▶ **Try it**: Go to the line in the entries below that holds "#16=IFCINDEXEDPOLYGONALFACE((1,5,7,3,11,13,15,9));" and repeat exactly from there through the line that holds "#21=IFCINDEXEDPOLYGONALFACE((5,6,8,7));", inclusive.

[Dataset entries]
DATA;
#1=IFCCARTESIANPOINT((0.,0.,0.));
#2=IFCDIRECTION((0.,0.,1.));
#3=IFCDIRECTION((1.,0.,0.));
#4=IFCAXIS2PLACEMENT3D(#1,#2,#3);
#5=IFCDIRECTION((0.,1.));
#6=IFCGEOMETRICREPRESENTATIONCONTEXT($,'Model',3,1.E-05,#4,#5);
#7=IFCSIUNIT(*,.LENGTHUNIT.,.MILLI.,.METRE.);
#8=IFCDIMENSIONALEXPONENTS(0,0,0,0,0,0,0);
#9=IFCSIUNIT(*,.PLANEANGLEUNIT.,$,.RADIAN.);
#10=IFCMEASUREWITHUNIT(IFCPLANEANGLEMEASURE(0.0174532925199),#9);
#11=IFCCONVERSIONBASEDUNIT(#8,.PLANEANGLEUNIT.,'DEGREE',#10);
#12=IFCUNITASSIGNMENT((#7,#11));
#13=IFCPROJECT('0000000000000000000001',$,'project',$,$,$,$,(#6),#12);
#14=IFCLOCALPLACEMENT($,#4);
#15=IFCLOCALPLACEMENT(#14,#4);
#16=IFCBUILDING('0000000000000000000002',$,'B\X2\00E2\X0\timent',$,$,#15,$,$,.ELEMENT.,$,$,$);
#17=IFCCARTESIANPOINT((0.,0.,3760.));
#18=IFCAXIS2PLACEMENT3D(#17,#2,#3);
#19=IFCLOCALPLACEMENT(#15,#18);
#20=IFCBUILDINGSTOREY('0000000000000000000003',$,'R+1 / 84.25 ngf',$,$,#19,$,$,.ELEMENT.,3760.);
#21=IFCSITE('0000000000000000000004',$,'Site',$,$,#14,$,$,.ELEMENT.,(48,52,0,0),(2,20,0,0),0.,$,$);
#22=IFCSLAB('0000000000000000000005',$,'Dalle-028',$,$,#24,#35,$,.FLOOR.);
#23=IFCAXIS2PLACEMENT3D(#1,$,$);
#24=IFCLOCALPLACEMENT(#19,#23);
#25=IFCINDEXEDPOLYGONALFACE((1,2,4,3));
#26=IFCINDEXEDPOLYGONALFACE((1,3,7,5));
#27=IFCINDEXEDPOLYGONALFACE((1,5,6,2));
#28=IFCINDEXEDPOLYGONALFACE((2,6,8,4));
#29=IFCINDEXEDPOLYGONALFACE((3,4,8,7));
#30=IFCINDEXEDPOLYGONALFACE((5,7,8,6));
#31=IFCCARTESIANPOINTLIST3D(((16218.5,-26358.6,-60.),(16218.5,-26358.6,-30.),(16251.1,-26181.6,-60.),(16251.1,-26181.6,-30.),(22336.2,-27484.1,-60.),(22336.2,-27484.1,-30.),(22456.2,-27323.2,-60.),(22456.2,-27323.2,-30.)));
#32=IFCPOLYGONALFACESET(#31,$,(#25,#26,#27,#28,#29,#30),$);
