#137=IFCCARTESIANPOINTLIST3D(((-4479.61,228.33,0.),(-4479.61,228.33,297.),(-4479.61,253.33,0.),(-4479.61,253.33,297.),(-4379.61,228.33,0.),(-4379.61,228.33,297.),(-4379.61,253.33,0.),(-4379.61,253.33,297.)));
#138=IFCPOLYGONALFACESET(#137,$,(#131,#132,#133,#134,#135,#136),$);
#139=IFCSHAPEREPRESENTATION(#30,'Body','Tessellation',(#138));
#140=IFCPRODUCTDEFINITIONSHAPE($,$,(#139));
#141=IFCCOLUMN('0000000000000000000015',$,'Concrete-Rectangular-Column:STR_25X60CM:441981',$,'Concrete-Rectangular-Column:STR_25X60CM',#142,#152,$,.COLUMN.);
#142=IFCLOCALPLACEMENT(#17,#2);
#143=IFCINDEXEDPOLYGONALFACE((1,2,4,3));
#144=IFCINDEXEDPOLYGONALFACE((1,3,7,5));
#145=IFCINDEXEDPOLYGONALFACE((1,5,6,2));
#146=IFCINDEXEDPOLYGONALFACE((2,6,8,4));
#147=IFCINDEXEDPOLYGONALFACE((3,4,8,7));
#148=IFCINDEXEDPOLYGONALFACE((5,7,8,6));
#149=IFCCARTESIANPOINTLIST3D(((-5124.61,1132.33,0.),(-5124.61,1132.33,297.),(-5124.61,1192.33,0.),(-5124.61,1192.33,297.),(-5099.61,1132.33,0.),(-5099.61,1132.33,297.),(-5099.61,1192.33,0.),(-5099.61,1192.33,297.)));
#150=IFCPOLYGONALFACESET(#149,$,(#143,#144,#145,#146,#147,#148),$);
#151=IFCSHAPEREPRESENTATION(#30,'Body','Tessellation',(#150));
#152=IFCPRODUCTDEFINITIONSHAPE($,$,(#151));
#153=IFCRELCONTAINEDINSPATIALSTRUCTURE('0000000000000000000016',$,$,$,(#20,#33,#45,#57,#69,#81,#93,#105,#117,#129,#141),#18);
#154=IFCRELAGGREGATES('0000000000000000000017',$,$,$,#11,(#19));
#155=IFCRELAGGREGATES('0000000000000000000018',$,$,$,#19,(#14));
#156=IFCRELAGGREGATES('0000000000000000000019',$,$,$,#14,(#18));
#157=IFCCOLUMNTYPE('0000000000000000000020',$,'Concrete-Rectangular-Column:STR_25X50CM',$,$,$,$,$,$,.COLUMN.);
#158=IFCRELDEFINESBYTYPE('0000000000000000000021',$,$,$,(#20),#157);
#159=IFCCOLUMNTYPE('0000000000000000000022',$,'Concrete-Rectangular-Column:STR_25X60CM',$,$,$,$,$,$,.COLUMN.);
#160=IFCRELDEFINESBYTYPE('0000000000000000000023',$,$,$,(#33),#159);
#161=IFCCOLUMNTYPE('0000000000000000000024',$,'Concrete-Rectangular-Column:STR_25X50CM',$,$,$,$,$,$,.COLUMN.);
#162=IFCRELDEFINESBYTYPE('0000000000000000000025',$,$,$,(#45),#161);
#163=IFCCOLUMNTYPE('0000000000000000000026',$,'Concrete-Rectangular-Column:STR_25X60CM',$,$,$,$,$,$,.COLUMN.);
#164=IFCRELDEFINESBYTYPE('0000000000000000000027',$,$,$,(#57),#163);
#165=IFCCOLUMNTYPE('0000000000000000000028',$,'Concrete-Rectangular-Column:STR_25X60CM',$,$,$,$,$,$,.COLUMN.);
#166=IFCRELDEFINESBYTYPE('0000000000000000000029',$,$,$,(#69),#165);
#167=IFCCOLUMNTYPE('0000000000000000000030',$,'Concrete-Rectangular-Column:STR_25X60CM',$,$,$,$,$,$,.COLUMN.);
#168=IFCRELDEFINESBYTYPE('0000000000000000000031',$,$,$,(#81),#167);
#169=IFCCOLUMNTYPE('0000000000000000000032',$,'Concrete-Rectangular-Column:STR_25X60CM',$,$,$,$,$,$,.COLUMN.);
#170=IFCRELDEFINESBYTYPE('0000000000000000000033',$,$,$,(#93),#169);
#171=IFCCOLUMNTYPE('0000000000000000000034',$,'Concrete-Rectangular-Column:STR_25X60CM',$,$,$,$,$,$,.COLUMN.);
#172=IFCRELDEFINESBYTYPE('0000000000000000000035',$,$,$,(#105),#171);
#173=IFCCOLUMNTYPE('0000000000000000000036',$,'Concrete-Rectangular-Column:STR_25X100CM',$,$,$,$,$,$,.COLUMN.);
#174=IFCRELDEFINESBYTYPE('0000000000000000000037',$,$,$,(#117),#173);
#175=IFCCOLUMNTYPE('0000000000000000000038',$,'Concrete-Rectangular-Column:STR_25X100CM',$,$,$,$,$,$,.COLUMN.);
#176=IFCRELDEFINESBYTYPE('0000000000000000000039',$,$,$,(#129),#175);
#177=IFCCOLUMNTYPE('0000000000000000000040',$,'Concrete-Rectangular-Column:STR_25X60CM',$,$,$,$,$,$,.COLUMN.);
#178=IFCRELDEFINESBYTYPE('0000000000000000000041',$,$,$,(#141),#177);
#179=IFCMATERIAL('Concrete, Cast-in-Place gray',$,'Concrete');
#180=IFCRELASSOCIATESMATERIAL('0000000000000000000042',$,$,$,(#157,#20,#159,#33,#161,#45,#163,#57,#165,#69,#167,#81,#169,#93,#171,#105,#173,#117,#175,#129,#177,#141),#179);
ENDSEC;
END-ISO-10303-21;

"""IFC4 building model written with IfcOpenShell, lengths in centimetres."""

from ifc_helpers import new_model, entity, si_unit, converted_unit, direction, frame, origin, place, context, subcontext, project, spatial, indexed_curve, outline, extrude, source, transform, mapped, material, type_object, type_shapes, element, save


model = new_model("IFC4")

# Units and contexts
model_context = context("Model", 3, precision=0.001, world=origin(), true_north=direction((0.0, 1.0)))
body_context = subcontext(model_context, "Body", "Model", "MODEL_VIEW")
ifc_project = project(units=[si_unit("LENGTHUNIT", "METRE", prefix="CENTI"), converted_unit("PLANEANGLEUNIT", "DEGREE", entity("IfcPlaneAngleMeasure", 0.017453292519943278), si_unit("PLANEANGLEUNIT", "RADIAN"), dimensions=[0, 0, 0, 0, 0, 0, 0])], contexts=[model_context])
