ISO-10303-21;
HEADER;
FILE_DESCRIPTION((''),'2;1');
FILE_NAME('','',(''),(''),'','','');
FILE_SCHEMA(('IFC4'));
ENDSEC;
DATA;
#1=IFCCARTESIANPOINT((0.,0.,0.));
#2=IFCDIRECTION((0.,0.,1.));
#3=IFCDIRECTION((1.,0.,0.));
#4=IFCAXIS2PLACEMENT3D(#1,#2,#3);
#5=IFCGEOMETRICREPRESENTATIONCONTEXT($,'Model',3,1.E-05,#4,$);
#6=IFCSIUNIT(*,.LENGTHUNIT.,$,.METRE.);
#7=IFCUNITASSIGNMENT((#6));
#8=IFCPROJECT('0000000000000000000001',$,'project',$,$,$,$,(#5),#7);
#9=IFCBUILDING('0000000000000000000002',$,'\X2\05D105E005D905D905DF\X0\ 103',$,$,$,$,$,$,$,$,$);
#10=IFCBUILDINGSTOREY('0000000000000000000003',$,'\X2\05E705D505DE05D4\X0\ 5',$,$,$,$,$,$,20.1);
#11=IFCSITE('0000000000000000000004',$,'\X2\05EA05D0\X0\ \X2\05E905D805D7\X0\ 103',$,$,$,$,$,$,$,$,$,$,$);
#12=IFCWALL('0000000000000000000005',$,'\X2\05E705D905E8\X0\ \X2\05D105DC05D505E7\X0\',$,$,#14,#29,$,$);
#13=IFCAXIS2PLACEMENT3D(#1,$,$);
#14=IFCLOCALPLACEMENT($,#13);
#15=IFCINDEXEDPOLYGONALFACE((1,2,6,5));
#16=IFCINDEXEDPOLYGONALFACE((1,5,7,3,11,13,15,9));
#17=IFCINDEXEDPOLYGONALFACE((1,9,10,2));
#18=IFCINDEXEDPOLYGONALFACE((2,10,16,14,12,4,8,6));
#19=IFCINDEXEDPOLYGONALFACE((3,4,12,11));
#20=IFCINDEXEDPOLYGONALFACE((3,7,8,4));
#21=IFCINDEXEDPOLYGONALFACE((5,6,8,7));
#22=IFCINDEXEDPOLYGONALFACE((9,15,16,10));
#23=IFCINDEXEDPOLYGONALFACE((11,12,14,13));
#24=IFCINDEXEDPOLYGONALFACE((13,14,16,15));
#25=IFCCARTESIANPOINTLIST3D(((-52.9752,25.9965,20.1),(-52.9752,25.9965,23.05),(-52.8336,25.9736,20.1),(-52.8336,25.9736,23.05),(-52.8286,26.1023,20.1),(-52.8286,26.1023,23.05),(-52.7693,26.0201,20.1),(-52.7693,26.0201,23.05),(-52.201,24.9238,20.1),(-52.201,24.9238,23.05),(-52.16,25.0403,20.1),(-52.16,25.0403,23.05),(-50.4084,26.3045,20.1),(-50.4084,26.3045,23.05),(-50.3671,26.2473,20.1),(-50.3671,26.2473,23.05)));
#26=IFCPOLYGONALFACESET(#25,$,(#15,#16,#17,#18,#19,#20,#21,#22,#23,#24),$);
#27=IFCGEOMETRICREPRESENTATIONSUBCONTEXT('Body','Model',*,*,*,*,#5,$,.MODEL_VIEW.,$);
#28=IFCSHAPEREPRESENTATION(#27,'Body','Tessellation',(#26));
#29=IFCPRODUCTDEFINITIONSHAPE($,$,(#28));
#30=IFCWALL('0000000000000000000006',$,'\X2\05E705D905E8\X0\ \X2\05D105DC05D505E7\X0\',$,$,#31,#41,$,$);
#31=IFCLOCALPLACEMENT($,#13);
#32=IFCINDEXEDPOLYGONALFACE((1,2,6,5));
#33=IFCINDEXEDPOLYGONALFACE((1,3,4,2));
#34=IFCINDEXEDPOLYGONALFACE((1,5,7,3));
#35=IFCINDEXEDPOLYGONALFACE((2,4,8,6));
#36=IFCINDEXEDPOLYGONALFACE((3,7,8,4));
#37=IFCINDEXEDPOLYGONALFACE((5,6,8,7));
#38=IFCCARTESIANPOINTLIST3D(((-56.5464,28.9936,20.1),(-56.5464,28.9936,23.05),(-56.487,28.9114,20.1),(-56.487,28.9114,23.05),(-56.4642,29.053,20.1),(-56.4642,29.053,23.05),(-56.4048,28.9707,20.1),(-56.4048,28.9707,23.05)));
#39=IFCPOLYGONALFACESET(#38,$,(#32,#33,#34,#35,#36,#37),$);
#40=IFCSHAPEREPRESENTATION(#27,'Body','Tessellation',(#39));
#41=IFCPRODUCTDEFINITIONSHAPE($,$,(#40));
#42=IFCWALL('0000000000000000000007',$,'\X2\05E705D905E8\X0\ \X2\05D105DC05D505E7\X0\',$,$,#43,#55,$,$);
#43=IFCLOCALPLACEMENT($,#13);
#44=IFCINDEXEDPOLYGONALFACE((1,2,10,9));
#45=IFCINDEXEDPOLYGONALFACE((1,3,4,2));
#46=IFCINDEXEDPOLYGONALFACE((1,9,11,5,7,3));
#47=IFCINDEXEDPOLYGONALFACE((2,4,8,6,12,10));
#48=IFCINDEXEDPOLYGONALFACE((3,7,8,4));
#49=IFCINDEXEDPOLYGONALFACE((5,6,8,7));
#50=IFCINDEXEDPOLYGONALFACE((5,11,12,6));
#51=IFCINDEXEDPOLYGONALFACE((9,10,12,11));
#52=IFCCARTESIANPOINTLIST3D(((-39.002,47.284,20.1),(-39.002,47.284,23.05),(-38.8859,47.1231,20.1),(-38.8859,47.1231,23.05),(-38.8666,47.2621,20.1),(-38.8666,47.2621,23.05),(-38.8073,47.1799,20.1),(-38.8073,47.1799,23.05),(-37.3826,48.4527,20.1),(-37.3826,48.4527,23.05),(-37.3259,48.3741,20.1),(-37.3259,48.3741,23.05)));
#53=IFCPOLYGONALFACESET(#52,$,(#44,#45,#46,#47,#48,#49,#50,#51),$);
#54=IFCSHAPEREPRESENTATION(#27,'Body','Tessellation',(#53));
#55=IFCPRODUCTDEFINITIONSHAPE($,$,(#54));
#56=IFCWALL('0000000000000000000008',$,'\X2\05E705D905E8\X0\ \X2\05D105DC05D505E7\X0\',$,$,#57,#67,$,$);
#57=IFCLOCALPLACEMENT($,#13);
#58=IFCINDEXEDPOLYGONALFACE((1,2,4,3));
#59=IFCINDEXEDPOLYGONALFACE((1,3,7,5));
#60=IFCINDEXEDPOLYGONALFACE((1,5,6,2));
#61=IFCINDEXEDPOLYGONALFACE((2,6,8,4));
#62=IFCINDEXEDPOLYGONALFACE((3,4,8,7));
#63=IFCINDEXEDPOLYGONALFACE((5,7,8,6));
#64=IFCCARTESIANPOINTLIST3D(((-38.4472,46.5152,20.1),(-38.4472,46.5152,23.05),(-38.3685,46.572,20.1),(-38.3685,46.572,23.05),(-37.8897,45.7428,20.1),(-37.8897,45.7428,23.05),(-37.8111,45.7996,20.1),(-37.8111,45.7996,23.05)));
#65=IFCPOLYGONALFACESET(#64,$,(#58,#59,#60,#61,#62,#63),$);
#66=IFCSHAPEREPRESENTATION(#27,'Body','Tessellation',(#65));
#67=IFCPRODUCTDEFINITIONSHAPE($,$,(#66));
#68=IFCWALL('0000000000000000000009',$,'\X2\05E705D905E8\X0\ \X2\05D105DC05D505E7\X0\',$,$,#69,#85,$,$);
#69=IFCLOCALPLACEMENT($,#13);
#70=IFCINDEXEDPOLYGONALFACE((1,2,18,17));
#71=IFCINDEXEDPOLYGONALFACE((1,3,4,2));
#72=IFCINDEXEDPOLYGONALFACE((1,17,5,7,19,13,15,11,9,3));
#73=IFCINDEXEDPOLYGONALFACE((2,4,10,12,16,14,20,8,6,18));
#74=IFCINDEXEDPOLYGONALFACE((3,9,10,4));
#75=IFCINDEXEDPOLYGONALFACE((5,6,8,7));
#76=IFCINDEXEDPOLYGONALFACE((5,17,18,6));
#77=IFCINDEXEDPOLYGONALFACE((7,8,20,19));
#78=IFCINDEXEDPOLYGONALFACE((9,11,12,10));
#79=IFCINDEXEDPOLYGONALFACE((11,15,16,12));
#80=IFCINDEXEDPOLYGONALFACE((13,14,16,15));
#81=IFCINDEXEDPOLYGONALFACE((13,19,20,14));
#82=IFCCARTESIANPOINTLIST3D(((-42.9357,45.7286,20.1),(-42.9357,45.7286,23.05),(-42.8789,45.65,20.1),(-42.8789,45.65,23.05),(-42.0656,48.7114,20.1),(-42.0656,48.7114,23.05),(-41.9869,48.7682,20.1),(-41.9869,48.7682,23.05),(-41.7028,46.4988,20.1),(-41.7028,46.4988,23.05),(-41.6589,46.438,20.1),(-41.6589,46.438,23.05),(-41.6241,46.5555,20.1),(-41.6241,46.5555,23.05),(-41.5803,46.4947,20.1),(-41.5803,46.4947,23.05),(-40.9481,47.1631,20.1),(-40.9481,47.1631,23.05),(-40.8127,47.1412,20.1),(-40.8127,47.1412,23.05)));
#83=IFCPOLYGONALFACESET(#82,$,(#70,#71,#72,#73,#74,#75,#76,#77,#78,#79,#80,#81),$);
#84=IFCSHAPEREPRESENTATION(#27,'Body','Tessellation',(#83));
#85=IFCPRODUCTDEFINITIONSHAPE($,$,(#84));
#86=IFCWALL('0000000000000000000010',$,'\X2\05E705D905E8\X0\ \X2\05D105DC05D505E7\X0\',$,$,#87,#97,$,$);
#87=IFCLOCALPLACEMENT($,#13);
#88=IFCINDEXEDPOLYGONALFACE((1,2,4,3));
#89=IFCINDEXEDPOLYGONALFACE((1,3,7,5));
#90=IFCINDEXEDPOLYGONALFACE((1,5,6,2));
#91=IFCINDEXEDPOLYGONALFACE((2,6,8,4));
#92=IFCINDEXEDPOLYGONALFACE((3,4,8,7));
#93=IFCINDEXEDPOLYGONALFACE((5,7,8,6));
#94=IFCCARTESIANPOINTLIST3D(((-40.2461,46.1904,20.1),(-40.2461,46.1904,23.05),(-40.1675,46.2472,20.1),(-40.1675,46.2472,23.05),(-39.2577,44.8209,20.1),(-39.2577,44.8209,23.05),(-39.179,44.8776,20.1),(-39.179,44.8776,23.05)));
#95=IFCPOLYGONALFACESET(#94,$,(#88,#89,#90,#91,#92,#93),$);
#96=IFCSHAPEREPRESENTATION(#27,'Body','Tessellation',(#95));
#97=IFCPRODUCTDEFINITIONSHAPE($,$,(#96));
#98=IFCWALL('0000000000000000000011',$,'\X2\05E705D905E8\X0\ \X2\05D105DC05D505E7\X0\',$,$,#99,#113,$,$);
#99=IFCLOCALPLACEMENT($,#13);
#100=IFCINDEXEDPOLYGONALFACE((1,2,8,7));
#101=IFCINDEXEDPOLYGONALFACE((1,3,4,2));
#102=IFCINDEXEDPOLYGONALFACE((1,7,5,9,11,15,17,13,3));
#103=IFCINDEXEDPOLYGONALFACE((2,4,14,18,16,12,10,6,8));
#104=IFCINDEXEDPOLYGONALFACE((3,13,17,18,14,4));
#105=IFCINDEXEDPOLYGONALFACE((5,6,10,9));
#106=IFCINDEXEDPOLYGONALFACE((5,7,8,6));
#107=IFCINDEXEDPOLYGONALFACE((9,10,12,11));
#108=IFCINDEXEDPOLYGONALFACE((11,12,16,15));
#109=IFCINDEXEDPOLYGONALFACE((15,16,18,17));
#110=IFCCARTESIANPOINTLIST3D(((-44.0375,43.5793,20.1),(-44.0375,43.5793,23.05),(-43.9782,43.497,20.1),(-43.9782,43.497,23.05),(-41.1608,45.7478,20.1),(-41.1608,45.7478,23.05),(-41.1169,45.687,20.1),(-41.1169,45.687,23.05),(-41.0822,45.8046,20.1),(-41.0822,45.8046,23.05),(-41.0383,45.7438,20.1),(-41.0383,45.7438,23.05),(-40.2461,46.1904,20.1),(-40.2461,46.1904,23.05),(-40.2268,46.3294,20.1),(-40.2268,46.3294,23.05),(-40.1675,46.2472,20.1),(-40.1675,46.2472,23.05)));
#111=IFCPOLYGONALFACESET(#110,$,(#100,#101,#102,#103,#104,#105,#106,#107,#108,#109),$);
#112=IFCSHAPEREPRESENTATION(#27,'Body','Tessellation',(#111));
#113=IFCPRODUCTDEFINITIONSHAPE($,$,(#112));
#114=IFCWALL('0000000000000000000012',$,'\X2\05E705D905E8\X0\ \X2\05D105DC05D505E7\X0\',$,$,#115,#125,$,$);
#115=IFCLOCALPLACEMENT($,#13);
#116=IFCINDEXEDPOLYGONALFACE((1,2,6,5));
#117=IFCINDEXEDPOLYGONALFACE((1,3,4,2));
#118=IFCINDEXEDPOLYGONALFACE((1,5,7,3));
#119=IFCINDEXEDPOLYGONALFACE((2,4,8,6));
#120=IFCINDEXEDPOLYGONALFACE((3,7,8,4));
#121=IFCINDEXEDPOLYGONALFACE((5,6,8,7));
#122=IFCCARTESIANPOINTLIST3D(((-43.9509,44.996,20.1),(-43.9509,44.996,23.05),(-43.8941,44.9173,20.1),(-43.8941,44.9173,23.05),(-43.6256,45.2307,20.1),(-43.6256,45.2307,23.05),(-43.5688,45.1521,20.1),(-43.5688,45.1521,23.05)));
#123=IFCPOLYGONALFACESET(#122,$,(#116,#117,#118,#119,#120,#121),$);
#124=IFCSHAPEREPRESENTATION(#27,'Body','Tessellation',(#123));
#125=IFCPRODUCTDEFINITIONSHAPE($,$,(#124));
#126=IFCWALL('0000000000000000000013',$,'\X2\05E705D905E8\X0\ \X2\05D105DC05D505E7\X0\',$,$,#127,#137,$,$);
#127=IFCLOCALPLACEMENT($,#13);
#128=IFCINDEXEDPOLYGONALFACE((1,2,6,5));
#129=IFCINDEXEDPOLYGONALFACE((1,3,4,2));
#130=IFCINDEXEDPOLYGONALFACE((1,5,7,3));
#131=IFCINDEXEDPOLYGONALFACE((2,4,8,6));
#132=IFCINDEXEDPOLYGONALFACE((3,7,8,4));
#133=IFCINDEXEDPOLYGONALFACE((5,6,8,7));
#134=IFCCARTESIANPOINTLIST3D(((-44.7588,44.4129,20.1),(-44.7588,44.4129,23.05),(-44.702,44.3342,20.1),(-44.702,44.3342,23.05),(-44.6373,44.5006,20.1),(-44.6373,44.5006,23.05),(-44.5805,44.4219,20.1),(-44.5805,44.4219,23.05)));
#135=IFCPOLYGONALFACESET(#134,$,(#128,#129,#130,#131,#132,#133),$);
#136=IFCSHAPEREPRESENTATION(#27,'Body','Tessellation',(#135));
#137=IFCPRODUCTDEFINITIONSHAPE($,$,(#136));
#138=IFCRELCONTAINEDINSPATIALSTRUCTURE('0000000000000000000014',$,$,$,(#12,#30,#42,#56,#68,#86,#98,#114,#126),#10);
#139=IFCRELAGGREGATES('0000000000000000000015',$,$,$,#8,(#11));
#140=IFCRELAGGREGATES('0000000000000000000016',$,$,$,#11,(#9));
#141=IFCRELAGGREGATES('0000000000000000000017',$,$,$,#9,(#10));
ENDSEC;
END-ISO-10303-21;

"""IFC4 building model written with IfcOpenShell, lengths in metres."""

from ifc_helpers import new_model, si_unit, frame, origin_with_axes, context, subcontext, project, spatial, polyline, outline, extrude, element, save


model = new_model("IFC4")

# Units and contexts
model_context = context("Model", 3, precision=1e-05, world=origin_with_axes())
body_context = subcontext(model_context, "Body", "Model", "MODEL_VIEW")
ifc_project = project(units=[si_unit("LENGTHUNIT", "METRE")], contexts=[model_context])

# Site, building, storey
site = spatial("IfcSite", under=ifc_project, Name="תא שטח 103")
building = spatial("IfcBuilding", under=site, Name="בניין 103")
storey = spatial("IfcBuildingStorey", under=building, Name="קומה 5", Elevation=20.1)

# Walls
element("IfcWall", 1, inside=storey, Name="קיר בלוק", context=body_context, shape_type="SweptSolid", body=[
    extrude(outline(polyline([(-50.3671, 26.2473), (-52.201, 24.9238), (-52.9752, 25.9965), (-52.8286, 26.1023), (-52.7693, 26.0201), (-52.8336, 25.9736), (-52.16, 25.0403), (-50.4084, 26.3045), (-50.3671, 26.2473)])), frame((0.0, 0.0, 20.1)), (0.0, 0.0, 1.0), 2.95),
])
element("IfcWall", 2, inside=storey, Name="קיר בלוק", context=body_context, shape_type="SweptSolid", body=[
    extrude(outline(polyline([(-56.487, 28.9114), (-56.5464, 28.9936), (-56.4642, 29.053), (-56.4048, 28.9707), (-56.487, 28.9114)])), frame((0.0, 0.0, 20.1)), (0.0, 0.0, 1.0), 2.95),
])
element("IfcWall", 3, inside=storey, Name="קיר בלוק", context=body_context, shape_type="SweptSolid", body=[
    extrude(outline(polyline([(-38.8859, 47.1231), (-39.002, 47.284), (-37.3826, 48.4527), (-37.3259, 48.3741), (-38.8666, 47.2621), (-38.8073, 47.1799), (-38.8859, 47.1231)])), frame((0.0, 0.0, 20.1)), (0.0, 0.0, 1.0), 2.95),
])
element("IfcWall", 4, inside=storey, Name="קיר בלוק", context=body_context, shape_type="SweptSolid", body=[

▶ **Solution to the exercise**:
#16=IFCINDEXEDPOLYGONALFACE((1,5,7,3,11,13,15,9));
#17=IFCINDEXEDPOLYGONALFACE((1,9,10,2));
#18=IFCINDEXEDPOLYGONALFACE((2,10,16,14,12,4,8,6));
#19=IFCINDEXEDPOLYGONALFACE((3,4,12,11));
#20=IFCINDEXEDPOLYGONALFACE((3,7,8,4));
#21=IFCINDEXEDPOLYGONALFACE((5,6,8,7));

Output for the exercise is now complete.